鄭南軒自然是極為歡喜的。別看之前,喬絡和兒子回家住了一晚,但那也不過是暫時而已,可現在不同了,且不說喬絡是親口答應回家,更重要的是,兩人之間的感情似乎比之前要好了更多。這讓整天都疲於工作的鄭南軒心情一下放松了不少。

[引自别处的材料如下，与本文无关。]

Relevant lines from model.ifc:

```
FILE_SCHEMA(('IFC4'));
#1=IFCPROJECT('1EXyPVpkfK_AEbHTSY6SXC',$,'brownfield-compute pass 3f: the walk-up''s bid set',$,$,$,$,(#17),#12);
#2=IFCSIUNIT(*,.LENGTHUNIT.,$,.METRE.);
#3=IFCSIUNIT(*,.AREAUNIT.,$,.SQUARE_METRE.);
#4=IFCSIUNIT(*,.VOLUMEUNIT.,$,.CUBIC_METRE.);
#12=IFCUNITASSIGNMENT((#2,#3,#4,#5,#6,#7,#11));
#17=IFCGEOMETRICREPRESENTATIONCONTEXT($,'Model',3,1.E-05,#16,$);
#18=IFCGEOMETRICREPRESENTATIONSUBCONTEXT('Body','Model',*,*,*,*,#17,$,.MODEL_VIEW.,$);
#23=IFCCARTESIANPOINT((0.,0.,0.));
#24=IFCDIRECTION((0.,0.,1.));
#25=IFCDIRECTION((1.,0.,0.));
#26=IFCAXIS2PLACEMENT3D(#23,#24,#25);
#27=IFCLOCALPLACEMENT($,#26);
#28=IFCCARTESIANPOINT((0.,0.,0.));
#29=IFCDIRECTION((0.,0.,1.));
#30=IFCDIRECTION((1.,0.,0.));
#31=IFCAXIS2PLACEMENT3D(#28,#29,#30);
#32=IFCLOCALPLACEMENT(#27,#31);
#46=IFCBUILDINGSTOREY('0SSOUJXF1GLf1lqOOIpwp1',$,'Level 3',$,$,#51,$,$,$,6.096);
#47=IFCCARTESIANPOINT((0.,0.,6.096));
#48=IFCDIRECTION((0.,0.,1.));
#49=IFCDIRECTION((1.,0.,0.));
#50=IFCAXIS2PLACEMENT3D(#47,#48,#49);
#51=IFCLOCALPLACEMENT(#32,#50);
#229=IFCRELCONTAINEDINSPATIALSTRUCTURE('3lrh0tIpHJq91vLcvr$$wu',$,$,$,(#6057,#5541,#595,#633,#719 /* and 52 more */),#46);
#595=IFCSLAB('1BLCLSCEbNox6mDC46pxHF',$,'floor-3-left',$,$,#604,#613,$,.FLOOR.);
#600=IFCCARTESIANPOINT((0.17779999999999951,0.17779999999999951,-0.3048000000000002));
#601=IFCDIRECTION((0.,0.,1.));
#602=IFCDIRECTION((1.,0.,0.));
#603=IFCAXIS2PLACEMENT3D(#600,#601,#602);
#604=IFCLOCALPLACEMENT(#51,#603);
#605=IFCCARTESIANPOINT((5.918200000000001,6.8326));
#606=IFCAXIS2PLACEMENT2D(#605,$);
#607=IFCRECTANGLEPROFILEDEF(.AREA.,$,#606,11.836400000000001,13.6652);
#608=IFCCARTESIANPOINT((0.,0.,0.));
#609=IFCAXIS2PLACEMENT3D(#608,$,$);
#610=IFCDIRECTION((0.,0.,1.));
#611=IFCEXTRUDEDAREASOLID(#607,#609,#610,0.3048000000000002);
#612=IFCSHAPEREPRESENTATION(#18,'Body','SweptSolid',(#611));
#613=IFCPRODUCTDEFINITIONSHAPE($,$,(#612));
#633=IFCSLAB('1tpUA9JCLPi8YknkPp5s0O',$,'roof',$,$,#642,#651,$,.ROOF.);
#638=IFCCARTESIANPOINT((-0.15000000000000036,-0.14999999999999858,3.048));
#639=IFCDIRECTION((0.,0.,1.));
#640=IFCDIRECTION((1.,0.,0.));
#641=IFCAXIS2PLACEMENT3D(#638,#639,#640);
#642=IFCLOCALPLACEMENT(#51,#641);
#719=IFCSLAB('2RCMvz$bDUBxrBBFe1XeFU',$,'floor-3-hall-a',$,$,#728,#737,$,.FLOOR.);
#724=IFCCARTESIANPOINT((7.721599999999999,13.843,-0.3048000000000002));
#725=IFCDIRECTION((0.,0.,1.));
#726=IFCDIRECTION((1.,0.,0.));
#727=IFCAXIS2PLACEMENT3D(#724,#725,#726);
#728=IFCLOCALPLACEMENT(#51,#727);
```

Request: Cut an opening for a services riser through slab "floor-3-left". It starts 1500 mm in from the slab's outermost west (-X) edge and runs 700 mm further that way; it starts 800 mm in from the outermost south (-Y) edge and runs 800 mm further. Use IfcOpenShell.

```python
import numpy as np
import ifcopenshell
import ifcopenshell.api.feature
import ifcopenshell.api.geometry
import ifcopenshell.api.root
import ifcopenshell.geom
import ifcopenshell.util.placement
import ifcopenshell.util.representation
import ifcopenshell.util.shape
import ifcopenshell.util.unit

model = ifcopenshell.open("model.ifc")
unit_scale = ifcopenshell.util.unit.calculate_unit_scale(model)
settings = ifcopenshell.geom.settings()


def volume(element):
    """Net volume in cubic metres, openings subtracted."""
    shape = ifcopenshell.geom.create_shape(settings, element)
    return ifcopenshell.util.shape.get_volume(shape.geometry)


slab = model.by_guid("1BLCLSCEbNox6mDC46pxHF")
before = volume(slab)

# Extent in the slab's own axes, in metres. The edges named are its -X and -Y sides.
slab_shape = ifcopenshell.geom.create_shape(settings, slab)
vertices = ifcopenshell.util.shape.get_vertices(slab_shape.geometry)
x_min, y_min, bottom = vertices.min(axis=0)
top = vertices[:, 2].max()

opening = ifcopenshell.api.root.create_entity(model, ifc_class="IfcOpeningElement", name="Services riser opening", predefined_type="OPENING")
context = ifcopenshell.util.representation.get_context(model, "Model", "Body", "MODEL_VIEW")
width, depth = 0.7, 0.8
outline = [(0.0, 0.0), (width, 0.0), (width, depth), (0.0, depth), (0.0, 0.0)]
# Overshoot both faces by 50 mm so the cut is clean.
shape = ifcopenshell.api.geometry.add_slab_representation(
    model, context=context, depth=top - bottom + 0.1, polyline=outline
)
ifcopenshell.api.geometry.assign_representation(model, product=opening, representation=shape)

matrix = ifcopenshell.util.placement.get_local_placement(slab.ObjectPlacement)
matrix[:, 3] = matrix @ np.append(np.array([x_min + 1.5, y_min + 0.8, bottom - 0.05]) / unit_scale, 1.0)
ifcopenshell.api.geometry.edit_object_placement(model, product=opening, matrix=matrix, is_si=False)
ifcopenshell.api.feature.add_feature(model, feature=opening, element=slab)

after = volume(slab)

print(f"slab volume {before:.3f} -> {after:.3f} m3")

model.write("model_updated.ifc")
```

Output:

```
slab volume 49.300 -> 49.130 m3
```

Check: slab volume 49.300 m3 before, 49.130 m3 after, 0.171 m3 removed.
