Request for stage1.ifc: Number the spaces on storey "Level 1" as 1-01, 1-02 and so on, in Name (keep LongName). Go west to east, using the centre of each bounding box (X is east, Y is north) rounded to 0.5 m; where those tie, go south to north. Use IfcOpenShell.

First a look at what the model holds.

```python
import ifcopenshell
import ifcopenshell.util.element
import ifcopenshell.util.placement

model = ifcopenshell.open("stage1.ifc")
print(model.schema)
storey = next(s for s in model.by_type("IfcBuildingStorey") if s.Name == "Level 1")
spaces = [e for e in ifcopenshell.util.element.get_decomposition(storey) if e.is_a("IfcSpace")]
for e in sorted(spaces, key=lambda e: e.id()):
    origin = ifcopenshell.util.placement.get_local_placement(e.ObjectPlacement)[:3, 3]
    print(e.id(), e.Name, e.LongName, origin.round(2) + 0.0, sep=" | ")
```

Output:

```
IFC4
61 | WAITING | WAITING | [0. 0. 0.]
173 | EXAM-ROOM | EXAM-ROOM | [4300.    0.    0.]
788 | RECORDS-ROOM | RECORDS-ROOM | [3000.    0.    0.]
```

```python
import ifcopenshell
import ifcopenshell.geom
import ifcopenshell.util.element
import ifcopenshell.util.shape

model = ifcopenshell.open("stage1.ifc")
settings = ifcopenshell.geom.settings()
settings.set("use-world-coords", True)


def centre(element):
    shape = ifcopenshell.geom.create_shape(settings, element)
    return ifcopenshell.util.shape.get_bbox_centroid(shape.geometry)


storey = next(s for s in model.by_type("IfcBuildingStorey") if s.Name == "Level 1")
spaces = [e for e in ifcopenshell.util.element.get_decomposition(storey) if e.is_a("IfcSpace")]

# Insertion points can sit at a corner or the storey origin, so sort by the geometry (in metres).
centres = {e: centre(e) for e in spaces}
spaces.sort(key=lambda e: (round(centres[e][0] / 0.5), centres[e][1]))

for i, e in enumerate(spaces, start=1):
    number = f"1-{i:02d}"
    e.Name = number
    print(e.id(), number)

model.write("stage1_v2.ifc")
```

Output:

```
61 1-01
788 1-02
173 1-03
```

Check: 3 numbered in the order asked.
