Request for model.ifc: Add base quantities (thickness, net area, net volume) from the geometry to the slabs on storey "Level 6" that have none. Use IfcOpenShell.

First a look at what the model holds.

```python
import ifcopenshell
import ifcopenshell.util.element
import ifcopenshell.util.unit

model = ifcopenshell.open("model.ifc")
print(model.schema)
for unit_type in ("LENGTHUNIT", "AREAUNIT", "VOLUMEUNIT"):
    print(unit_type, ifcopenshell.util.unit.calculate_unit_scale(model, unit_type))
storey = next(s for s in model.by_type("IfcBuildingStorey") if s.Name == "Level 6")
slabs = [e for e in ifcopenshell.util.element.get_decomposition(storey) if e.is_a("IfcSlab")]
for e in sorted(slabs, key=lambda e: e.id()):
    print(e.id(), e.is_a(), e.Name, list(ifcopenshell.util.element.get_psets(e, qtos_only=True)), sep=" | ")
```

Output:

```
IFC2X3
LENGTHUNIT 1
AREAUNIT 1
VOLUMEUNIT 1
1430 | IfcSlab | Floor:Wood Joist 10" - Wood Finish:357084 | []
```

```python
import ifcopenshell
import ifcopenshell.api.pset
import ifcopenshell.geom
import ifcopenshell.util.element
import ifcopenshell.util.shape
import ifcopenshell.util.unit

model = ifcopenshell.open("model.ifc")
unit_scale = ifcopenshell.util.unit.calculate_unit_scale(model)
area_scale = ifcopenshell.util.unit.calculate_unit_scale(model, "AREAUNIT")
volume_scale = ifcopenshell.util.unit.calculate_unit_scale(model, "VOLUMEUNIT")
settings = ifcopenshell.geom.settings()

storey = next(s for s in model.by_type("IfcBuildingStorey") if s.Name == "Level 6")
slabs = [e for e in ifcopenshell.util.element.get_decomposition(storey) if e.is_a("IfcSlab")]

for e in sorted(slabs, key=lambda e: e.id()):
    if ifcopenshell.util.element.get_psets(e, qtos_only=True, should_inherit=False):
        continue
    # Geometry comes back in metres, in the element's own axes.
    shape = ifcopenshell.geom.create_shape(settings, e)
    values = {
        "Width": ifcopenshell.util.shape.get_z(shape.geometry) / unit_scale,
        "NetArea": ifcopenshell.util.shape.get_footprint_area(shape.geometry) / area_scale,
        "NetVolume": ifcopenshell.util.shape.get_volume(shape.geometry) / volume_scale,
    }
    qto = ifcopenshell.api.pset.add_qto(model, product=e, name="BaseQuantities")
    ifcopenshell.api.pset.edit_qto(model, qto=qto, properties=values)
    print(e.id(), {k: round(v, 3) for k, v in values.items()})

model.write("model-out.ifc")
```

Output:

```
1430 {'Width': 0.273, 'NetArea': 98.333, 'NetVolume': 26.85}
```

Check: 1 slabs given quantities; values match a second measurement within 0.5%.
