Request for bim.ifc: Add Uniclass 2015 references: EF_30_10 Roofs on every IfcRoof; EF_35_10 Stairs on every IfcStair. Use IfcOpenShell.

First a look at what the model holds.

```python
import ifcopenshell

model = ifcopenshell.open("bim.ifc")
print(model.schema)
print("classifications:", [c.Name for c in model.by_type("IfcClassification")])
for ifc_class in ("IfcDoor", "IfcRoof", "IfcStair", "IfcWall", "IfcWindow"):
    print(ifc_class, len(model.by_type(ifc_class)))
```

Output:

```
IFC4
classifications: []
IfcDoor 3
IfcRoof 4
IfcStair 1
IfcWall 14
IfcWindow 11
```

```python
import ifcopenshell
import ifcopenshell.api.classification

model = ifcopenshell.open("bim.ifc")

system = ifcopenshell.api.classification.add_classification(model, classification="Uniclass 2015")

codes = {
    "IfcRoof": ("EF_30_10", "Roofs"),
    "IfcStair": ("EF_35_10", "Stairs"),
}
for ifc_class, (code, name) in codes.items():
    products = model.by_type(ifc_class)
    ifcopenshell.api.classification.add_reference(
        model, products=products, classification=system, identification=code, name=name
    )
    print(code, len(products))

model.write("bim-out.ifc")
```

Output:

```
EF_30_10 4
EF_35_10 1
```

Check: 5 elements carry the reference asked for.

為了迎接自己的妻子和兒子回家,他特意讓管家和幾個保姆將家裏全部打掃了一遍。這還不夠,他還在客廳的各個角落掛滿了氣球,那樣子如同是過年一樣。

更有趣的是,一向嚴謹自持的管家竟然給自家總裁出了個主意。鄭南軒聽到後,一個勁的誇獎管家聰明能幹,並額外多塞給了他一個紅包。

管家喜滋滋的收下後,調皮的沖總裁眨了一下眼睛。引來的身邊人一致的抗議,都說管家是老不正經。

喬絡和鄭喬當然不知道管家和鄭南軒之間打的是什麽啞謎。他們只知道,眼前的一切都讓他們的心情很好。尤其是鄭喬,當看到家裏掛滿各種各樣新鮮的氣球時,心裏甭提多高興了。

而最讓他興奮的還是爸爸送給他的禮物。機器人和車,那可都是限量版的,他只在電視裏看過。以前,他央求過爸爸好幾次他都沒給自己買,沒想到今天倒讓他得到了。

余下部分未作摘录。